Tetapi para pejabat TNI AL menyatakan kapal selam itu masih terdeteksi saat mulai menyelam untuk latihan torpedo, dan "lampunya menyala" - yang berarti sangat kecil adanya kemungkinan faktor kerusakan listrik.
Faktor kelebihan muatan jadi spekulasi karena ada 53 awak di dalamnya padahal kapal ini hanya dilengkapi hanya 34 tempat tidur.
"Kapal selam itu awalnya untuk 33 personel, kemudian dimodernisasi untuk memenuhi kebutuhan kami menampung 50 personel," kata Laksamana Iwan.
Para pejabat mengatakan kapal selam itu dirancang memiliki kemampuan membawa delapan torpedo, dengan berat masing-masing sekitar satu ton.
Pada saat latihan hanya ada empat torpedo yang dibawa.
Pengamat lainnya menyebut faktor kerapuhan logam dari retakan atau korosi dan usia kapal selam.
Kapal ini terakhir kali menjalani perawatan pada tahun 2012, hampir satu dekade lalu.
Kapal seharusnya direparasi lagi tahun 2020 tapi tertunda karena pandemi.
Purnawirawan AL Australia Laksamana Muda James Goldrick menjelaskan "kegagalan material" adalah penjelasan yang paling mungkin atas tenggelamnya kapal selam itu.
"Penyebabnya bisa termasuk kerusakan material atau mekanis yang menyebabkan kebocoran dahsyat dari satu atau lebih kompartemen," tulisnya di The Conversation minggu ini.
"Mungkin ada kebakaran, sesuatu yang sangat ditakuti oleh kapal selam di lingkungan tertutup mereka. Atau mungkin ada faktor kesalahan manusia," katanya.
Namun, jika bangkai kapal itu tidak diangkat dari dasar laut, para penyelidik mungkin tidak akan pernah bisa menentukan penyebab pasti dari tragedi tersebut.
Mampukah Indonesia mengangkat bangkai KRI Nanggala?

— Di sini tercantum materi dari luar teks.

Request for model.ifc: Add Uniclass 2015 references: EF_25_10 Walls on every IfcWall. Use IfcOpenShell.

First a look at what the model holds.

```python
import ifcopenshell

model = ifcopenshell.open("model.ifc")
print(model.schema)
print("classifications:", [c.Name for c in model.by_type("IfcClassification")])
for ifc_class in ("IfcDoor", "IfcRoof", "IfcStair", "IfcWall", "IfcWindow"):
    print(ifc_class, len(model.by_type(ifc_class)))
```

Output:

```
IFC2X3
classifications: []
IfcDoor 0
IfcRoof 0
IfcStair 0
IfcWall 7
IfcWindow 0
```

```python
import ifcopenshell
import ifcopenshell.api.classification

model = ifcopenshell.open("model.ifc")

# IFC2X3 requires Source and Edition and has no link from the project to the system.
system = model.create_entity("IfcClassification", Source="NBS", Edition="2015", Name="Uniclass 2015")

codes = {
    "IfcWall": ("EF_25_10", "Walls"),
}
for ifc_class, (code, name) in codes.items():
    products = model.by_type(ifc_class)
    ifcopenshell.api.classification.add_reference(
        model, products=products, classification=system, identification=code, name=name
    )
    print(code, len(products))

model.write("model_edited.ifc")
```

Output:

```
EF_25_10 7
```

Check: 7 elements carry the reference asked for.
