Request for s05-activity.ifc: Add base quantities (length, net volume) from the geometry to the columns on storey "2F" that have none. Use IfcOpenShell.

First a look at what the model holds.

```python
import ifcopenshell
import ifcopenshell.util.element
import ifcopenshell.util.unit

model = ifcopenshell.open("s05-activity.ifc")
print(model.schema)
for unit_type in ("LENGTHUNIT", "AREAUNIT", "VOLUMEUNIT"):
    print(unit_type, ifcopenshell.util.unit.calculate_unit_scale(model, unit_type))
storey = next(s for s in model.by_type("IfcBuildingStorey") if s.Name == "2F")
columns = [e for e in ifcopenshell.util.element.get_decomposition(storey) if e.is_a("IfcColumn")]
for e in sorted(columns, key=lambda e: e.id()):
    print(e.id(), e.is_a(), e.Name, list(ifcopenshell.util.element.get_psets(e, qtos_only=True)), sep=" | ")
```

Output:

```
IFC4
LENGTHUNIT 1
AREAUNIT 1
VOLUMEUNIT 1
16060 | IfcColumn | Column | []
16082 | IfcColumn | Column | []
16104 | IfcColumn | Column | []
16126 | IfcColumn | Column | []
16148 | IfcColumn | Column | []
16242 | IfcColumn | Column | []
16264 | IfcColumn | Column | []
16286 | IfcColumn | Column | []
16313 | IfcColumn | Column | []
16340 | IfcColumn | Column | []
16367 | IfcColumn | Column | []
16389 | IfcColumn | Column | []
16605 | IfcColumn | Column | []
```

```python
import ifcopenshell
import ifcopenshell.api.pset
import ifcopenshell.geom
import ifcopenshell.util.element
import ifcopenshell.util.shape
import ifcopenshell.util.unit

model = ifcopenshell.open("s05-activity.ifc")
unit_scale = ifcopenshell.util.unit.calculate_unit_scale(model)
volume_scale = ifcopenshell.util.unit.calculate_unit_scale(model, "VOLUMEUNIT")
settings = ifcopenshell.geom.settings()

storey = next(s for s in model.by_type("IfcBuildingStorey") if s.Name == "2F")
columns = [e for e in ifcopenshell.util.element.get_decomposition(storey) if e.is_a("IfcColumn")]

for e in sorted(columns, key=lambda e: e.id()):
    if ifcopenshell.util.element.get_psets(e, qtos_only=True, should_inherit=False):
        continue
    # Geometry comes back in metres, in the element's own axes.
    shape = ifcopenshell.geom.create_shape(settings, e)
    values = {
        "Length": ifcopenshell.util.shape.get_z(shape.geometry) / unit_scale,
        "NetVolume": ifcopenshell.util.shape.get_volume(shape.geometry) / volume_scale,
    }
    qto = ifcopenshell.api.pset.add_qto(model, product=e, name="Qto_ColumnBaseQuantities")
    ifcopenshell.api.pset.edit_qto(model, qto=qto, properties=values)
    print(e.id(), {k: round(v, 3) for k, v in values.items()})

model.write("s05-activity_updated.ifc")
```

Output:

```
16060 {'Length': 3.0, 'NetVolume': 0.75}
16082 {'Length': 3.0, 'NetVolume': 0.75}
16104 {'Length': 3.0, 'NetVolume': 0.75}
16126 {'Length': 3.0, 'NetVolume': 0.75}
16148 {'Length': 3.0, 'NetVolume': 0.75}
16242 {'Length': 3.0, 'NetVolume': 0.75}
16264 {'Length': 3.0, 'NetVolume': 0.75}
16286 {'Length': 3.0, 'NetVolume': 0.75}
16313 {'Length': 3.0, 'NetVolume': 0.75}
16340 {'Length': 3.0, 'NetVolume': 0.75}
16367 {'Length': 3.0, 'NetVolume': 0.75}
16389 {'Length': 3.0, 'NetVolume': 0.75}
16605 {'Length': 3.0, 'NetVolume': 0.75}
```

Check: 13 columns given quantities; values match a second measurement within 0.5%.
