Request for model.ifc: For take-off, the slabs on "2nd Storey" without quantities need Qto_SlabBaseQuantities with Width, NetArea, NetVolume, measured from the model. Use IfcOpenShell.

First a look at what the model holds.

```python
import ifcopenshell
import ifcopenshell.util.element
import ifcopenshell.util.unit

model = ifcopenshell.open("model.ifc")
print(model.schema)
for unit_type in ("LENGTHUNIT", "AREAUNIT", "VOLUMEUNIT"):
    print(unit_type, ifcopenshell.util.unit.calculate_unit_scale(model, unit_type))
storey = next(s for s in model.by_type("IfcBuildingStorey") if s.Name == "2nd Storey")
slabs = [e for e in ifcopenshell.util.element.get_decomposition(storey) if e.is_a("IfcSlab")]
for e in sorted(slabs, key=lambda e: e.id()):
    print(e.id(), e.is_a(), e.Name, list(ifcopenshell.util.element.get_psets(e, qtos_only=True)), sep=" | ")
```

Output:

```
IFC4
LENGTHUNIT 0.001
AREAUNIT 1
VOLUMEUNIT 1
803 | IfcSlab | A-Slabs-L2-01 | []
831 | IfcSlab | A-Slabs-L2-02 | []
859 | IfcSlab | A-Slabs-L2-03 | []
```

```python
import ifcopenshell
import ifcopenshell.api.pset
import ifcopenshell.geom
import ifcopenshell.util.element
import ifcopenshell.util.shape
import ifcopenshell.util.unit

model = ifcopenshell.open("model.ifc")
unit_scale = ifcopenshell.util.unit.calculate_unit_scale(model)
area_scale = ifcopenshell.util.unit.calculate_unit_scale(model, "AREAUNIT")
volume_scale = ifcopenshell.util.unit.calculate_unit_scale(model, "VOLUMEUNIT")
settings = ifcopenshell.geom.settings()

storey = next(s for s in model.by_type("IfcBuildingStorey") if s.Name == "2nd Storey")
slabs = [e for e in ifcopenshell.util.element.get_decomposition(storey) if e.is_a("IfcSlab")]

for e in sorted(slabs, key=lambda e: e.id()):
    if ifcopenshell.util.element.get_psets(e, qtos_only=True, should_inherit=False):
        continue
    # Geometry comes back in metres, in the element's own axes.
    shape = ifcopenshell.geom.create_shape(settings, e)
    values = {
        "Width": ifcopenshell.util.shape.get_z(shape.geometry) / unit_scale,
        "NetArea": ifcopenshell.util.shape.get_footprint_area(shape.geometry) / area_scale,
        "NetVolume": ifcopenshell.util.shape.get_volume(shape.geometry) / volume_scale,
    }
    qto = ifcopenshell.api.pset.add_qto(model, product=e, name="Qto_SlabBaseQuantities")
    ifcopenshell.api.pset.edit_qto(model, qto=qto, properties=values)
    print(e.id(), {k: round(v, 3) for k, v in values.items()})

model.write("model_rev.ifc")
```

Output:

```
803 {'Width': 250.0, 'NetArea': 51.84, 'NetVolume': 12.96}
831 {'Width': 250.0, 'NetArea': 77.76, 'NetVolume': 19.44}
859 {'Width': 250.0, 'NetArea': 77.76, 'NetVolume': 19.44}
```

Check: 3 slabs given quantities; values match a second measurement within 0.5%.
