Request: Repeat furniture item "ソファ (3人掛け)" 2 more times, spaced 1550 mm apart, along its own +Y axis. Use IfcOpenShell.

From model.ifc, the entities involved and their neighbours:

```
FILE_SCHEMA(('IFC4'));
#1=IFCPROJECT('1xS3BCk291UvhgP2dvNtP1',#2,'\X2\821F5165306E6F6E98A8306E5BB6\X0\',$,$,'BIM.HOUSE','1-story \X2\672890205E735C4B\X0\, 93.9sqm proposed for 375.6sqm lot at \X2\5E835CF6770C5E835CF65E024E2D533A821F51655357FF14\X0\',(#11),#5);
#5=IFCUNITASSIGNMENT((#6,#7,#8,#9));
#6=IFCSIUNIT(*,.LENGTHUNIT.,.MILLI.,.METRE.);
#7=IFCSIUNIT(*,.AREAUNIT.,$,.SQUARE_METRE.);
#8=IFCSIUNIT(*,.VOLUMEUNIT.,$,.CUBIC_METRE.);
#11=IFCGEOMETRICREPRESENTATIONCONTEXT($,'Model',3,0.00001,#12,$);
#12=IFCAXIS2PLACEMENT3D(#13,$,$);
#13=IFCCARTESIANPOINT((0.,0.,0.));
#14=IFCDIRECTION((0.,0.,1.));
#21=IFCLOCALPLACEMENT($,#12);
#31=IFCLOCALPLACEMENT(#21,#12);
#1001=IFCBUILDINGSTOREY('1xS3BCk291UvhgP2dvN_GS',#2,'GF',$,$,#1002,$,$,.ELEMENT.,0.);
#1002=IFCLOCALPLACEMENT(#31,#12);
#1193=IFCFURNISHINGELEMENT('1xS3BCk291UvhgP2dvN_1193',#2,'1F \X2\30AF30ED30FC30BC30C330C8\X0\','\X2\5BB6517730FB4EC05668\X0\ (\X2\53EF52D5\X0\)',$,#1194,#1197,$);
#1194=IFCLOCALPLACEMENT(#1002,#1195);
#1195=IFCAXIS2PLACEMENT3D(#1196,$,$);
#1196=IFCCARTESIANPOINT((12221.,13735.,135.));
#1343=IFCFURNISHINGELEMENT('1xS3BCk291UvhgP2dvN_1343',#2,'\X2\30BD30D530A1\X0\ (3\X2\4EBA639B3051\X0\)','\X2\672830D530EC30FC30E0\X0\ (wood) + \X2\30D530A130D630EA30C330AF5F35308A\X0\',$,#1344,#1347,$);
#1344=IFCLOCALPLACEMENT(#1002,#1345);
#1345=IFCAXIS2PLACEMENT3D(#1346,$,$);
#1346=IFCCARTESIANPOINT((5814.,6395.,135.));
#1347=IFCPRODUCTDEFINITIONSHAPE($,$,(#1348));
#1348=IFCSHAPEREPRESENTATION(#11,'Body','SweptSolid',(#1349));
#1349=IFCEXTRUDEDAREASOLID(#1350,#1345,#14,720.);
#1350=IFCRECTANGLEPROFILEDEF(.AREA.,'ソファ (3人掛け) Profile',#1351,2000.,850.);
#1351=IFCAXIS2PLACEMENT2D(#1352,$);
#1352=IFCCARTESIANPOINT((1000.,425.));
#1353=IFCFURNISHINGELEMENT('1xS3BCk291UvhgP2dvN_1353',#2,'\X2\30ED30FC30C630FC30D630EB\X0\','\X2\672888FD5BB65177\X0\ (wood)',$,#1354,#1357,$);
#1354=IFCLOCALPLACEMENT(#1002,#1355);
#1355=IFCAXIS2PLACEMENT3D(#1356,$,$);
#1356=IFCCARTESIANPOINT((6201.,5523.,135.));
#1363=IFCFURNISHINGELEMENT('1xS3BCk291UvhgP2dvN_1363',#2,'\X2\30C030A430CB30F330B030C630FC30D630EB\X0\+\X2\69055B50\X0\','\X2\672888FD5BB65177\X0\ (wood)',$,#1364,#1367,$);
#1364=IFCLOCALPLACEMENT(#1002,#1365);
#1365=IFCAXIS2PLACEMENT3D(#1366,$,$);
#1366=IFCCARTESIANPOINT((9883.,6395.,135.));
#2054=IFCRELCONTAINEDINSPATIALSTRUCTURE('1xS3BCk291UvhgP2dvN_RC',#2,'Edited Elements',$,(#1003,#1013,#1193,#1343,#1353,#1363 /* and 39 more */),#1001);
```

```python
import ifcopenshell
import ifcopenshell.api.geometry
import ifcopenshell.api.root
import ifcopenshell.util.element
import ifcopenshell.util.placement
import ifcopenshell.util.unit

model = ifcopenshell.open("model.ifc")
unit_scale = ifcopenshell.util.unit.calculate_unit_scale(model)


def reuse_history(source, copy):
    """copy_class also copies each property set's owner history, people and application; keep the originals."""
    for rel in copy.IsDefinedBy:
        if rel.is_a("IfcRelDefinesByProperties") and (history := rel.RelatingPropertyDefinition.OwnerHistory):
            rel.RelatingPropertyDefinition.OwnerHistory = source.OwnerHistory
            ifcopenshell.util.element.remove_deep2(model, history)


source = model.by_guid("1xS3BCk291UvhgP2dvN_1343")
base = ifcopenshell.util.placement.get_local_placement(source.ObjectPlacement)
step = base[:3, 1] * 1.55 / unit_scale

for i in range(1, 3):
    copy = ifcopenshell.api.root.copy_class(model, product=source)
    copy.Representation = ifcopenshell.util.element.copy_deep(
        model, source.Representation, exclude=["IfcGeometricRepresentationContext", "IfcRepresentationMap"]
    )
    reuse_history(source, copy)
    matrix = base.copy()
    matrix[:3, 3] += i * step
    print("added at", matrix[:3, 3].round(3) + 0.0)
    ifcopenshell.api.geometry.edit_object_placement(model, product=copy, matrix=matrix, is_si=False)

model.write("model_edited.ifc")
```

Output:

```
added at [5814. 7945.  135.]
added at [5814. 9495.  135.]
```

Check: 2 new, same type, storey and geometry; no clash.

KRI Nanggala-402 kehilangan kontak dengan sekitar pukul 04:00 pagi tanggal 21 April, tak lama setelah mendapat izin menyelam untuk latihan menembakkan torpedo.
Kapal pencari dan helikopter melaporkan adanya tumpahan minyak di daerah tersebut, dan tercium bau solar beberapa jam kemudian.
Kapal dari berbagai negara bergabung dalam pencarian besar-besaran selama beberapa hari, sampai muncul benda-benda di Laut Bali pada hari Sabtu, termasuk sajadah, bagian dari mekanisme penembakan torpedo dan minyak untuk periskop kapal selam.